2. This is much, much easier to manage -- and because its simple, it'll require less
bureaucracy, less overhead, and less policing.
3. It's a future proof solution. It won't need to be retooled every time technology
destabilizes an industry or puts millions out of work.
4. It creates more natural and competitive markets. A lot of markets don't respond
to supply and demand now, because one or the other is really fixed:
1. It'll reduce overpopulation in very expensive areas, and shift folks (who are looking
for a lower cost of living in order to get more out of their UBI) into lower cost
areas, making rent more affordable in the higher population areas.
2. It'll make owning and operating a small business less risky, because business owners'
basic needs will be cared for -- which means more small businesses.
**4 - My response to some normal criticism**
1. *People won't want to work anymore.* That's not been the outcome in UBI trials
in the past -- it's *basic* income, knowing you won't be homeless and will be able to eat enough to live isn't
what most of us are working for anyway. If having these needs met meant you wouldn't
work (even in pretty unappealing jobs), nobody in high school would have a job.
2. *It'll lead to runaway inflation.* Inflation is based on a disparity between demand
and supply; for us to believe that we'd see runaway inflation, there'd need to be
a set of goods that lower income people will buy (now that they've got UBI) that they
couldn't buy before, that *cannot be produced in greater numbers.* I don't think that's
plausible, in general:
1. Some products are relatively inelastic -- that means you need to buy them, regardless
of whether you've got the money. This applies to food, gas, car repairs, and so on.
2. Housing would indeed get more expensive ... if you didn't have the option of leaving
for a cheaper market. If you can make $15K working at McDonalds and $15K from UBI,
why not move somewhere with a rent 1/4 as high? UBI doesn't create more *people who
need housing,* and so it's not going to make housing cost more as long as market dynamics
can keep functioning.
3. Luxury goods manufacturers generally cannot benefit from economies of scale --
ramping up demand often brings prices down, not up. For example, demand for hot tubs
spiked massively this summer, all across the globe ... and prices came *down*, because
manufacturers were able to perform much larger production runs.
3. *We can't pay for it.* This is B.S.; it'd cost us about $2 trillion a year (which
is, I admit, lots of cash) -- but the social programs we'd cut are costing us about
a trillion and a half. We can't figure out how to fund a five hundred billion a year?

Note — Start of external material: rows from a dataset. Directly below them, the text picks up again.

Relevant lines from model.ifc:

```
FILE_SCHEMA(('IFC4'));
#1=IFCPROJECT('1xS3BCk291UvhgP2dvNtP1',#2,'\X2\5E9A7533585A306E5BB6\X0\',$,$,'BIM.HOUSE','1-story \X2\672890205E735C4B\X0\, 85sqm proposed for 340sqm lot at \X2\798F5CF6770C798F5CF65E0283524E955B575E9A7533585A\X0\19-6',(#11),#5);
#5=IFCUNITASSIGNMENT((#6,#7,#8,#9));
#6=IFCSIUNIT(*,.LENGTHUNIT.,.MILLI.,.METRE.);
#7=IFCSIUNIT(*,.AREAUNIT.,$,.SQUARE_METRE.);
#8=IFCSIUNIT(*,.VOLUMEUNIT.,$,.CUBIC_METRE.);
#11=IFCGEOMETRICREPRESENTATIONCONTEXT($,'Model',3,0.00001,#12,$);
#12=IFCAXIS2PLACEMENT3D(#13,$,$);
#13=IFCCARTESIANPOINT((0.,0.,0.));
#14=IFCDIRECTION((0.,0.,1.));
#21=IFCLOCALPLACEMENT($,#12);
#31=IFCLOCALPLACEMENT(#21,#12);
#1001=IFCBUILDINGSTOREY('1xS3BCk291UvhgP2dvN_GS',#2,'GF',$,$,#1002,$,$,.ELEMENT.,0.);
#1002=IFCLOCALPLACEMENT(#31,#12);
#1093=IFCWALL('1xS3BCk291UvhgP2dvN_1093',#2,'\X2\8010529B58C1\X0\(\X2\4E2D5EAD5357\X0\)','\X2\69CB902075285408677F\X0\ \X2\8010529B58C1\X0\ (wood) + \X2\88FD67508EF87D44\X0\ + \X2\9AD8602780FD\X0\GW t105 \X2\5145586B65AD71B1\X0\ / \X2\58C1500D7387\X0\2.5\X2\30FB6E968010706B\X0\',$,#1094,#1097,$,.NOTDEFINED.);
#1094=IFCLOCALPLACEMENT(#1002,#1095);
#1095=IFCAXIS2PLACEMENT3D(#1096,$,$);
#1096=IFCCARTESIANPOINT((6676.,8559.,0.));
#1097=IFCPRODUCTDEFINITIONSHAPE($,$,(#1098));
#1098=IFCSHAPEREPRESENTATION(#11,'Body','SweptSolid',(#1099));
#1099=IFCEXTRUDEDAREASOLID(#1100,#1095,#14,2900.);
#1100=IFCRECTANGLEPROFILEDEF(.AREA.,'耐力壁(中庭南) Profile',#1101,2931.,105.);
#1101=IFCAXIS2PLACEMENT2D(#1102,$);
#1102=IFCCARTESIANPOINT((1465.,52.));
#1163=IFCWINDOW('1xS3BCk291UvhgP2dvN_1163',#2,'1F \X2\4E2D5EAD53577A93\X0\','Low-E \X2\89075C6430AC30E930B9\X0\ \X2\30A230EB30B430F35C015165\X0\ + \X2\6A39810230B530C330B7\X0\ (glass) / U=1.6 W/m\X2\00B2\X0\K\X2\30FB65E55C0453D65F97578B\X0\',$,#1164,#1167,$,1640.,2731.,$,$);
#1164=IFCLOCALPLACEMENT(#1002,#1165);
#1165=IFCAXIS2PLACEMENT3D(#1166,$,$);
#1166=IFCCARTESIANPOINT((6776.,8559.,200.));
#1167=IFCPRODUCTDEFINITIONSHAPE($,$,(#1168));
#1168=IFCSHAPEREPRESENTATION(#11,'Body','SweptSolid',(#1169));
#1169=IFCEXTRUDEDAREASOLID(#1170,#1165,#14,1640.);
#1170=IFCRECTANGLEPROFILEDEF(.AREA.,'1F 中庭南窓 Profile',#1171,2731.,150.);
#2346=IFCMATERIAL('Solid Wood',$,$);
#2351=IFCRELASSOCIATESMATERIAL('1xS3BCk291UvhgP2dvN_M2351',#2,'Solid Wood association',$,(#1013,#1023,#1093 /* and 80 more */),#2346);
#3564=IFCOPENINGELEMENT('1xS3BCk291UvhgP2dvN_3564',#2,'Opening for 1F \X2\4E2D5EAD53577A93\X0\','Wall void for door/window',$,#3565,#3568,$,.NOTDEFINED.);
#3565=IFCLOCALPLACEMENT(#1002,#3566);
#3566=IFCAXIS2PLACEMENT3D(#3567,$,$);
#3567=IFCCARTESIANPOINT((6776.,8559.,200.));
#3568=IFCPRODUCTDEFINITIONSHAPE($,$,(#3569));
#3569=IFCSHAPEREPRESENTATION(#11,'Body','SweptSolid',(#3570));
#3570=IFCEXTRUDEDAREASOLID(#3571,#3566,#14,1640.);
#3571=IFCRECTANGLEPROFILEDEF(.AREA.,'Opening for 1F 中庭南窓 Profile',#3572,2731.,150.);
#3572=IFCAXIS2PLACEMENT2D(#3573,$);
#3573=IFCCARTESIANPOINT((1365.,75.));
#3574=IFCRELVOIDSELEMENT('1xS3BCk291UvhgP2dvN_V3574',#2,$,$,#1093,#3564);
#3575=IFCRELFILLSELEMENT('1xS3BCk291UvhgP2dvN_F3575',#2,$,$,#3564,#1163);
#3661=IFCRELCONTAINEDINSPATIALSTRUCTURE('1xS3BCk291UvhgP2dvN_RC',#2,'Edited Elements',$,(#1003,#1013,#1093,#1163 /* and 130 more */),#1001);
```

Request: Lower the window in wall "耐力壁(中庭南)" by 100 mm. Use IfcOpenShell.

```python
import numpy as np
import ifcopenshell
import ifcopenshell.api.geometry
import ifcopenshell.util.placement
import ifcopenshell.util.unit

model = ifcopenshell.open("model.ifc")
unit_scale = ifcopenshell.util.unit.calculate_unit_scale(model)

window = model.by_guid("1xS3BCk291UvhgP2dvN_1163")
opening = window.FillsVoids[0].RelatingOpeningElement
dz = -0.1 / unit_scale

shift = np.array([0.0, 0.0, dz])
# The window is not placed relative to its opening, so move both.
for product in (opening, window):
    matrix = ifcopenshell.util.placement.get_local_placement(product.ObjectPlacement)
    matrix[:3, 3] += shift
    ifcopenshell.api.geometry.edit_object_placement(model, product=product, matrix=matrix, is_si=False)

print(f"moved by {dz * unit_scale:+.3f} m")

model.write("model_v2.ifc")
```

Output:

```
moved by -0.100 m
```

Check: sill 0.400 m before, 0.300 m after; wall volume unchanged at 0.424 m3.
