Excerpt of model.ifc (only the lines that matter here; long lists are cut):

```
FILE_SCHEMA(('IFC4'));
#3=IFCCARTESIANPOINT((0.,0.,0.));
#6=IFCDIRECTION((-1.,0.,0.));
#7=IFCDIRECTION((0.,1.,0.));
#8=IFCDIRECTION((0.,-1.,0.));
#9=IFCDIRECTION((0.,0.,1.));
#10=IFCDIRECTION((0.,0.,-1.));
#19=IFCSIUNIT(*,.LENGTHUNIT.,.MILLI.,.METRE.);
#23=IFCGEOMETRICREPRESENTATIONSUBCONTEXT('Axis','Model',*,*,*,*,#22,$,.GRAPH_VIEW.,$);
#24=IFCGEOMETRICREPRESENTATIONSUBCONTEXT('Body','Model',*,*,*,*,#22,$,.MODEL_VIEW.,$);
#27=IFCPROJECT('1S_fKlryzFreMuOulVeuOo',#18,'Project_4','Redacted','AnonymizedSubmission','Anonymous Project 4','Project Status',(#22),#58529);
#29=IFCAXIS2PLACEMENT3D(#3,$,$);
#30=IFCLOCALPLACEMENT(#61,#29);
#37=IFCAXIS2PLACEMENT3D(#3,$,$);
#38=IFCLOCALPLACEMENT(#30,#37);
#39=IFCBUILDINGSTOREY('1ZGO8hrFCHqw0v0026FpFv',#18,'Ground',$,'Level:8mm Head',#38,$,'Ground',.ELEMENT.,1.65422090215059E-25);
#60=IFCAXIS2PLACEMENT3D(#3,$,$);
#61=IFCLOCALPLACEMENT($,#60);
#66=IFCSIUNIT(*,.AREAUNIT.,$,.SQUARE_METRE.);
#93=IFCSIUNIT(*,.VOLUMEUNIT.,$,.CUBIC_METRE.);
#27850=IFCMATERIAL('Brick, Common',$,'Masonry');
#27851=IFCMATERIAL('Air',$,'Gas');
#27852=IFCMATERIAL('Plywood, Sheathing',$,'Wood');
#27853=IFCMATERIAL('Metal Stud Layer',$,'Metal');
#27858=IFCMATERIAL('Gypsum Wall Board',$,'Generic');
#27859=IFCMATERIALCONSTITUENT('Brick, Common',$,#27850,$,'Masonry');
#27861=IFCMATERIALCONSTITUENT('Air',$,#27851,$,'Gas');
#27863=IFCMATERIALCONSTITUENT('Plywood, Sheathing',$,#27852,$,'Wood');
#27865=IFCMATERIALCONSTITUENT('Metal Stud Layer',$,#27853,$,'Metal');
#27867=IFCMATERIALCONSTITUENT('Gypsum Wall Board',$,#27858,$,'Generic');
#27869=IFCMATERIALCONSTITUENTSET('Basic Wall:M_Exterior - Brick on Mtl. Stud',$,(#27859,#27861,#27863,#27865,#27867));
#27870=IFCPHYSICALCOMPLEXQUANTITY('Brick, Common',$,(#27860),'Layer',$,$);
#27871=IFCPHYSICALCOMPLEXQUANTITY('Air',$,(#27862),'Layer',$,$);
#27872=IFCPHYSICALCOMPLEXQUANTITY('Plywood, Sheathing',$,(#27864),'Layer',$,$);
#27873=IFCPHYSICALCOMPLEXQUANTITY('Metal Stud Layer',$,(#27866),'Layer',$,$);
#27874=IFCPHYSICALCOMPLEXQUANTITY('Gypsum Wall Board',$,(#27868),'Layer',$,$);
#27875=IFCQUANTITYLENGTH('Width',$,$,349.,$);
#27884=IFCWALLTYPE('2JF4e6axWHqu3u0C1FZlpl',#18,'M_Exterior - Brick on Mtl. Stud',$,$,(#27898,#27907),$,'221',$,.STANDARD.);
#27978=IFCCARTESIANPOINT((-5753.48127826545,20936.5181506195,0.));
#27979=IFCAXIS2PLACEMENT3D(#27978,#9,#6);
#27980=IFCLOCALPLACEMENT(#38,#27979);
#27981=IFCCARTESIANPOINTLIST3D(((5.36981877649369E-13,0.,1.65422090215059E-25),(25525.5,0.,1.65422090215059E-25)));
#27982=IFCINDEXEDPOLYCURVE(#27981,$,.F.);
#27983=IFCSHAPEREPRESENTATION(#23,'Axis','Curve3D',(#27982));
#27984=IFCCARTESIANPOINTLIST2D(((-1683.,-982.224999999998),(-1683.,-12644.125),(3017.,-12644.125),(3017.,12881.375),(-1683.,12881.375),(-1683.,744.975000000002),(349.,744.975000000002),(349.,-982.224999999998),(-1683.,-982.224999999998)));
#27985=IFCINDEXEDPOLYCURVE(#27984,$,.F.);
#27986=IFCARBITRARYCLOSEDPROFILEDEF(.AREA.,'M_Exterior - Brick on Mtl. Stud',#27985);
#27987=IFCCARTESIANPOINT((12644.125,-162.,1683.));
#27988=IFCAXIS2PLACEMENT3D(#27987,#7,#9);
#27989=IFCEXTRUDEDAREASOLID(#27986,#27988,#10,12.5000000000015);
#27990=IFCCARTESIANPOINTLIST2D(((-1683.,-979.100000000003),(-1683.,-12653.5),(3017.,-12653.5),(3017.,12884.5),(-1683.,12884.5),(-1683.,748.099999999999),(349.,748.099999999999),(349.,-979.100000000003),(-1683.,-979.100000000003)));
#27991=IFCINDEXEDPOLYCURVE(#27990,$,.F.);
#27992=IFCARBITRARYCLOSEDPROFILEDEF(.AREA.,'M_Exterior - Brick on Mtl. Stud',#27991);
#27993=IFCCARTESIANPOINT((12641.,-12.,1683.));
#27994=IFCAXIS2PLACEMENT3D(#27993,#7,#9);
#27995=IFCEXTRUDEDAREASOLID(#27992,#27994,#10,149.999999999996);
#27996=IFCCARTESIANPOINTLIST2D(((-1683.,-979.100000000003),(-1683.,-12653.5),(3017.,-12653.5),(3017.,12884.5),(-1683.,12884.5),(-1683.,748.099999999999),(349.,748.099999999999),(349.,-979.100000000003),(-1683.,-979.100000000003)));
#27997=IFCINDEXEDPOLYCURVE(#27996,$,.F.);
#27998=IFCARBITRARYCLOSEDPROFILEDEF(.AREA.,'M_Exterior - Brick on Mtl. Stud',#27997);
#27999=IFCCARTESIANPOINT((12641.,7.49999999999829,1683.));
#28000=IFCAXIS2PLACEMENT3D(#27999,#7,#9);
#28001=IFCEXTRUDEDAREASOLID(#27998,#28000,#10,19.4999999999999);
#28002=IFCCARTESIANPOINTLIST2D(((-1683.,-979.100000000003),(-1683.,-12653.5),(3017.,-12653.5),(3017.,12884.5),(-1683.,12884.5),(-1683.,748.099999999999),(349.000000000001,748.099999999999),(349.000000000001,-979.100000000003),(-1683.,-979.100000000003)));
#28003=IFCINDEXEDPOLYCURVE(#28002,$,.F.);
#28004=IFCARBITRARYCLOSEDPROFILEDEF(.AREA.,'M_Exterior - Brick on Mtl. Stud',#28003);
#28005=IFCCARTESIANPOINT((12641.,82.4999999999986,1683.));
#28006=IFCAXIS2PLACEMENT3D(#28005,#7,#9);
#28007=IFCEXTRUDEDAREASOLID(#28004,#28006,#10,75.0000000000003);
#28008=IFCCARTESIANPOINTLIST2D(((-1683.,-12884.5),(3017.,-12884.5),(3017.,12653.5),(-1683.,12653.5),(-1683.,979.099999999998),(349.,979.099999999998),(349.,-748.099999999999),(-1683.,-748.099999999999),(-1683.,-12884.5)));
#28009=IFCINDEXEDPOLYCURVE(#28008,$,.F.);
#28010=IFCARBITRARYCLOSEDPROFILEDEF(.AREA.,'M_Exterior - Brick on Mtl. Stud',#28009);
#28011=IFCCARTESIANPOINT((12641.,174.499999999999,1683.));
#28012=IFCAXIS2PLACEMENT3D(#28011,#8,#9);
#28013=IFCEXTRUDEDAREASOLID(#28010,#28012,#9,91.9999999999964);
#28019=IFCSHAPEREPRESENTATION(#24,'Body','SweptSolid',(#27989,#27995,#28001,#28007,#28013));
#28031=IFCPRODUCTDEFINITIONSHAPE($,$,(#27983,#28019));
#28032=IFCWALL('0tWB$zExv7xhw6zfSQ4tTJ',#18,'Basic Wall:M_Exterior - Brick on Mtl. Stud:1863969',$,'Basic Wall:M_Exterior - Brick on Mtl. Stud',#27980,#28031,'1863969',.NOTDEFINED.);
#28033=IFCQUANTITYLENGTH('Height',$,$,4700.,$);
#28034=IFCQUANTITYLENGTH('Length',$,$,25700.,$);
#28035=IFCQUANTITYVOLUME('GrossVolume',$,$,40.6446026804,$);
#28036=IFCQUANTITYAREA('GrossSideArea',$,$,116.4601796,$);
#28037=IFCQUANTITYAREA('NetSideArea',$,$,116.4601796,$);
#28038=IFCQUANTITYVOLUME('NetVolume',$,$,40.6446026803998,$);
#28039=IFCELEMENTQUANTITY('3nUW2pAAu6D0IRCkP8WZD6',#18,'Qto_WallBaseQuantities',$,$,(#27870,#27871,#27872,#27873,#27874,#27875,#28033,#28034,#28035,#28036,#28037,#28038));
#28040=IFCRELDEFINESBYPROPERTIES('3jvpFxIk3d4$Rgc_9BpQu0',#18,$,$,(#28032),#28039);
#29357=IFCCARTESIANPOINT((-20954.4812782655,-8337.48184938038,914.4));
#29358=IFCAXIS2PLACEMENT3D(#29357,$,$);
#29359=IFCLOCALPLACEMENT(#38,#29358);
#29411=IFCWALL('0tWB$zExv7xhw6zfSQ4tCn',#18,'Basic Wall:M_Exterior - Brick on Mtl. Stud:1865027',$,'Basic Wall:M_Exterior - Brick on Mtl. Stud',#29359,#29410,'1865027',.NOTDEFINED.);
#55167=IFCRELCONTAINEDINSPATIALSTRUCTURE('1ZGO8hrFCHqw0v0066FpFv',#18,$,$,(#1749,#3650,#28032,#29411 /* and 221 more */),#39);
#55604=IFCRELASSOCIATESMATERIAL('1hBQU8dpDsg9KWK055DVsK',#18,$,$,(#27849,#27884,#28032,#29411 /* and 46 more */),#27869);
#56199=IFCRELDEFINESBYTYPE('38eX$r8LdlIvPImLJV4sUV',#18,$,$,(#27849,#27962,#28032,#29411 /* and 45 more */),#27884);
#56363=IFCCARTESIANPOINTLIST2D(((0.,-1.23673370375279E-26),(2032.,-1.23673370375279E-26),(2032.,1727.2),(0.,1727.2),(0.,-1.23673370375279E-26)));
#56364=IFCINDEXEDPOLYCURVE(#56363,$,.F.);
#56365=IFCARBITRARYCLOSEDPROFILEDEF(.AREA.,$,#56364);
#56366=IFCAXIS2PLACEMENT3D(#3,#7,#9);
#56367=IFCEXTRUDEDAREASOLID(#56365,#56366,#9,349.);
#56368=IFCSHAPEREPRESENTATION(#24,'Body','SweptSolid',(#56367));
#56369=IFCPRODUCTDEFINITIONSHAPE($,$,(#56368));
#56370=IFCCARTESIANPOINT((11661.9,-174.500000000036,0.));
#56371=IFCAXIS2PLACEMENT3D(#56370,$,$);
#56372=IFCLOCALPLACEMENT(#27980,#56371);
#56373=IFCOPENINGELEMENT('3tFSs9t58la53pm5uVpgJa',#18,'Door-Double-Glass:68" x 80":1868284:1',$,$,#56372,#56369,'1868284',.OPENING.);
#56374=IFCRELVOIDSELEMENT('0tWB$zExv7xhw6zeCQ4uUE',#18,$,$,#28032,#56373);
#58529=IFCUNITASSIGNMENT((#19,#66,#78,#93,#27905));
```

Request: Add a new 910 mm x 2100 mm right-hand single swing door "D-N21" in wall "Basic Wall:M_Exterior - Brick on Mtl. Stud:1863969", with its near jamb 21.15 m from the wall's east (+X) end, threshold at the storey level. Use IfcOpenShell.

```python
import numpy as np
import ifcopenshell
import ifcopenshell.api.feature
import ifcopenshell.api.geometry
import ifcopenshell.api.pset
import ifcopenshell.api.root
import ifcopenshell.api.spatial
import ifcopenshell.geom
import ifcopenshell.util.element
import ifcopenshell.util.placement
import ifcopenshell.util.representation
import ifcopenshell.util.shape
import ifcopenshell.util.unit

model = ifcopenshell.open("model.ifc")
unit_scale = ifcopenshell.util.unit.calculate_unit_scale(model)
area_scale = ifcopenshell.util.unit.calculate_unit_scale(model, "AREAUNIT")
volume_scale = ifcopenshell.util.unit.calculate_unit_scale(model, "VOLUMEUNIT")
settings = ifcopenshell.geom.settings()


def volume(element):
    """Net volume in cubic metres, openings subtracted."""
    shape = ifcopenshell.geom.create_shape(settings, element)
    return ifcopenshell.util.shape.get_volume(shape.geometry)


wall = model.by_id(28032)
storey = ifcopenshell.util.element.get_container(wall, ifc_class="IfcBuildingStorey")
context = ifcopenshell.util.representation.get_context(model, "Model", "Body", "MODEL_VIEW")
before = volume(wall)

width, height, from_end, sill = 0.91, 2.1, 21.15, 0.0  # metres

# The wall runs along its own X axis, and the end named is its -X end.
wall_shape = ifcopenshell.geom.create_shape(settings, wall)
x, y, z = ifcopenshell.util.shape.get_vertices(wall_shape.geometry).T
start = x.min() + from_end
face, thickness = float(y.min()), float(y.max() - y.min())
wall_matrix = ifcopenshell.util.placement.get_local_placement(wall.ObjectPlacement)
level = ifcopenshell.util.placement.get_local_placement(storey.ObjectPlacement)[2, 3]


def in_wall(x, y):
    """Placement at x, y metres in the wall's axes, at sill height."""
    matrix = wall_matrix.copy()
    matrix[:, 3] = wall_matrix @ np.array([x / unit_scale, y / unit_scale, 0.0, 1.0])
    matrix[2, 3] = level + sill / unit_scale
    return matrix


# Opening: a box that overshoots both wall faces by 50 mm.
opening = ifcopenshell.api.root.create_entity(model, ifc_class="IfcOpeningElement", predefined_type="OPENING")
box = ifcopenshell.api.geometry.add_wall_representation(
    model, context=context, length=width, height=height, thickness=thickness + 0.1
)
ifcopenshell.api.geometry.assign_representation(model, product=opening, representation=box)
ifcopenshell.api.geometry.edit_object_placement(model, product=opening, matrix=in_wall(start, face - 0.05), is_si=False)
ifcopenshell.api.feature.add_feature(model, feature=opening, element=wall)

door = ifcopenshell.api.root.create_entity(model, ifc_class="IfcDoor", name="D-N21", predefined_type="DOOR")
door.OverallWidth, door.OverallHeight = width / unit_scale, height / unit_scale
door.OperationType = "SINGLE_SWING_RIGHT"
body = ifcopenshell.api.geometry.add_door_representation(
    model,
    context=context,
    overall_width=door.OverallWidth,
    overall_height=door.OverallHeight,
    operation_type="SINGLE_SWING_RIGHT",
    lining_properties={"LiningDepth": thickness / unit_scale, "ThresholdDepth": thickness / unit_scale},
)
ifcopenshell.api.geometry.assign_representation(model, product=door, representation=body)
ifcopenshell.api.spatial.assign_container(model, products=[door], relating_structure=storey)
ifcopenshell.api.feature.add_filling(model, opening=opening, element=door)

# The lining spans the wall, so the door starts at the wall face.
ifcopenshell.api.geometry.edit_object_placement(model, product=door, matrix=in_wall(start, face), is_si=False)

after = volume(wall)

# Update the wall's stored quantities.
qto = model.by_id(ifcopenshell.util.element.get_pset(wall, "Qto_WallBaseQuantities", should_inherit=False)["id"])
ifcopenshell.api.pset.edit_qto(model, qto=qto, properties={
    "NetSideArea": after / thickness / area_scale,
    "NetVolume": after / volume_scale,
})

print(f"wall volume {before:.3f} -> {after:.3f} m3")

model.write("model_edited.ifc")
```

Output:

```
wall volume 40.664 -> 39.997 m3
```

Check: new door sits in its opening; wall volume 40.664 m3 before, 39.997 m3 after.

1. Put the two top income tax brackets back to where they were in the 1950s. There's
$400B a year.
2. Put the corporate tax rate back where it was in the 1970s. There's another $100B
a year.
4. *That's socialism.* No more so than any welfare program -- and it requires a good
deal less government intervention than do our current models.
I'm absolutely willing to change my view, but will be much more influenced by pragmatic
arguments than philosophical ones; I'm not interested in arguing about whether or
not giving people "money for nothing" is fair or ethical, and I need rebuttals to
be substantive.
Edit:
Some folks have made really interesting and compelling arguments -- here are the summary
of the changes I've made to my opinion as a result:
1. Social security couldn't be phased out all at once, politically speaking -- at
the same time, UBI renders it unecessary, so it would need to be phased out gradually.
2. Housing benefits would also need to be phased out gradually, to mitigate community
disruption.
3. Universal healthcare is required; I'm not behind the idea of UBI trumping health insurance.
Because Americans pay far more for medical care per capita than other wealthy nations
without seeing any improvement in outcomes, we can afford a single payer option, which
(as the evidence of almost every developed country in the world can attest) is a perfectly
feasible option and tends to be more cost effective.